VReplicationLagSeconds, VReplicationLagSecondsMax, VReplicationLagSecondsTotal #

These metrics show the replication lag of the target stream with respect to the source stream. VReplicationLagSeconds shows the current replication lag and VReplicationLagSecondsMax has the maximum lag in this stream.
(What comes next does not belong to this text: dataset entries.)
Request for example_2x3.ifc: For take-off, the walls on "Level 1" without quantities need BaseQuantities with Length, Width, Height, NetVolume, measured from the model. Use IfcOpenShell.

First a look at what the model holds.

```python
import ifcopenshell
import ifcopenshell.util.element
import ifcopenshell.util.unit

model = ifcopenshell.open("example_2x3.ifc")
print(model.schema)
for unit_type in ("LENGTHUNIT", "AREAUNIT", "VOLUMEUNIT"):
    print(unit_type, ifcopenshell.util.unit.calculate_unit_scale(model, unit_type))
storey = next(s for s in model.by_type("IfcBuildingStorey") if s.Name == "Level 1")
walls = [e for e in ifcopenshell.util.element.get_decomposition(storey) if e.is_a("IfcWall")]
for e in sorted(walls, key=lambda e: e.id()):
    print(e.id(), e.is_a(), e.Name, list(ifcopenshell.util.element.get_psets(e, qtos_only=True)), sep=" | ")
```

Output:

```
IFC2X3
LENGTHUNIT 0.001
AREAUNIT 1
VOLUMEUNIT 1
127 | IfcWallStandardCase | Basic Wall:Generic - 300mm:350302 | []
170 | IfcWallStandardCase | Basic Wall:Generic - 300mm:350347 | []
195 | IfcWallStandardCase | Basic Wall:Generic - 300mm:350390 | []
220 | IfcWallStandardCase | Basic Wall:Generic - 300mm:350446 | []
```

```python
import ifcopenshell
import ifcopenshell.api.pset
import ifcopenshell.geom
import ifcopenshell.util.element
import ifcopenshell.util.shape
import ifcopenshell.util.unit

model = ifcopenshell.open("example_2x3.ifc")
unit_scale = ifcopenshell.util.unit.calculate_unit_scale(model)
volume_scale = ifcopenshell.util.unit.calculate_unit_scale(model, "VOLUMEUNIT")
settings = ifcopenshell.geom.settings()

storey = next(s for s in model.by_type("IfcBuildingStorey") if s.Name == "Level 1")
walls = [e for e in ifcopenshell.util.element.get_decomposition(storey) if e.is_a("IfcWall")]

for e in sorted(walls, key=lambda e: e.id()):
    if ifcopenshell.util.element.get_psets(e, qtos_only=True, should_inherit=False):
        continue
    # Geometry comes back in metres, in the element's own axes.
    shape = ifcopenshell.geom.create_shape(settings, e)
    values = {
        "Length": ifcopenshell.util.shape.get_x(shape.geometry) / unit_scale,
        "Width": ifcopenshell.util.shape.get_y(shape.geometry) / unit_scale,
        "Height": ifcopenshell.util.shape.get_z(shape.geometry) / unit_scale,
        "NetVolume": ifcopenshell.util.shape.get_volume(shape.geometry) / volume_scale,
    }
    qto = ifcopenshell.api.pset.add_qto(model, product=e, name="BaseQuantities")
    ifcopenshell.api.pset.edit_qto(model, qto=qto, properties=values)
    print(e.id(), {k: round(v, 3) for k, v in values.items()})

model.write("example_2x3_v2.ifc")
```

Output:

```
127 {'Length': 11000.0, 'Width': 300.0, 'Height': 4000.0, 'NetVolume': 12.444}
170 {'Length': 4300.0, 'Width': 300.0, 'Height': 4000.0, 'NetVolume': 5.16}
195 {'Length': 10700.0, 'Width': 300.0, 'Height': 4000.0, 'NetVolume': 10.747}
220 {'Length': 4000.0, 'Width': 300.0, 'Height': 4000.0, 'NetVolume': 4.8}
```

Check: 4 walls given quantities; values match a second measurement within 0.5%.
Note that these values are only valid during the replication phase of a workflow.

VReplicationSource #

Shows the keyspace and shard of the source from which this target stream is replicating

VReplicationSourceTablet #

Shows the tablet from which this stream is currently replicating

VReplicationStreamCount #

The number of streams running on this target

VReplicationStreamState #

This shows the state of each stream.

Source Tablet Metrics #

VStreamPacketSize #

The value of the vstream_packet_size flag specified for this tablet

VStreamerCount #

The current number of running vstreamers

VStreamerErrors #

The number of errors per category across workflows

VStreamersEndedWithErrors #

The total number of errors that caused a stream to stall

VStreamerEventsStreamed #

The total number of events streamed by this vttablet across all workflows

VStreamerCompressedTransactionsDecoded #

The total number of compressed transactions (MySQL's binlog_transaction_compression=ON) decoded by this vttablet across all workflows

VStreamerNumPackets #

The total number of packets sent by this vttablet across all workflows

VStreamersCreated #

The total number of vstreamers created during the lifetime of this tablet


Example #

A snippet from tablet 200 from the local example after running the MoveTables step

"VReplicationCopyLoopCount": {"commerce.0.commerce2customer.1": 2},
"VReplicationCopyLoopCountTotal": 2,
"VReplicationCopyRowCount": {"commerce.0.commerce2customer.1": 10},
"VReplicationCopyRowCountTotal": 10,
"VReplicationErrors": {},
"VReplicationHeartbeat": {"commerce.0.commerce2customer.1": 1618681048},
"VReplicationMessages": {"1": "2021-04-17T19:36:13.003858838+02:00:Picked source tablet: cell:\"zone1\" uid:100 "},
"VReplicationPhaseTimings": {"commerce.0.commerce2customer.1.catchup": 1000935083, "commerce.0.commerce2customer.1.fastforward": 15349583, "commerce.0.commerce2customer.1.copy": 63353125},
"VReplicationPhaseTimingsCounts": {"commerce.0.commerce2customer.1.copy": 2, "commerce.0.commerce2customer.1.All": 6, "commerce.0.commerce2customer.1.catchup": 2, "commerce.0.commerce2customer.1.fastforward": 2},
"VReplicationPhaseTimingsTotal": 1079637791,
"VReplicationQPS": {"All":[11.8,1,1.2,1.2,1,1.2,1,1.2,1,1.2,1,1.2,1.2,1,1.2,1,1.2],"Query":[11.2,1,1.2,1.2,1,1.2,1,1.2,1,1.2,1,1.2,1.2,1,1.2,1,1.2],"Transaction":[0.6,0,0,0,0,0,0,0,0,0,0,0,0,0,0,0,0]},
"VReplicationQueryCount": {"commerce.0.commerce2customer.1.copy": 2},
"VReplicationQueryCountTotal": 2,
"VReplicationLagSeconds": {"commerce.0.commerce2customer.1": 0},
"VReplicationLagSecondsMax": 0,
"VReplicationLagSecondsTotal": 0,
"VReplicationSource": {"1": "commerce/0"},
"VReplicationSourceTablet": {"1": "cell:\"zone1\" uid:100 "},
"VReplicationStreamCount": 1,
"VReplicationStreamState": {"commerce2customer.1": "Running"},
"VReplicationTableCopyRowCounts": {"commerce.0.commerce2customer.1.corder": 4, "commerce.0.commerce2customer.1.customer": 2},
"VReplicationTableCopyTimings": {"commerce.0.commerce2customer.1.customer": 6707583, "commerce.0.commerce2customer.1.corder": 13254250},
"VStreamPacketSize": 250000,
"VStreamerCount": 0,
"VStreamerErrors": {"Catchup": 0, "Copy": 0, "Send": 0, "TablePlan": 0},
"VStreamerEventsStreamed": 0,
"VStreamerNumPackets": 0,
"VStreamerPhaseTiming": {"TotalCount":0,"TotalTime":0,"Histograms":{}},
"VStreamersCreated": 0,
"VStreamersEndedWithErrors": 0,

VTGate Metrics #

VStreamsCreated #

The total number of vstreams created during the lifetime of this vtgate.

VStreamsLag #

The difference in seconds between the current time when the vstream event was sent and the time when the binlog event occurred.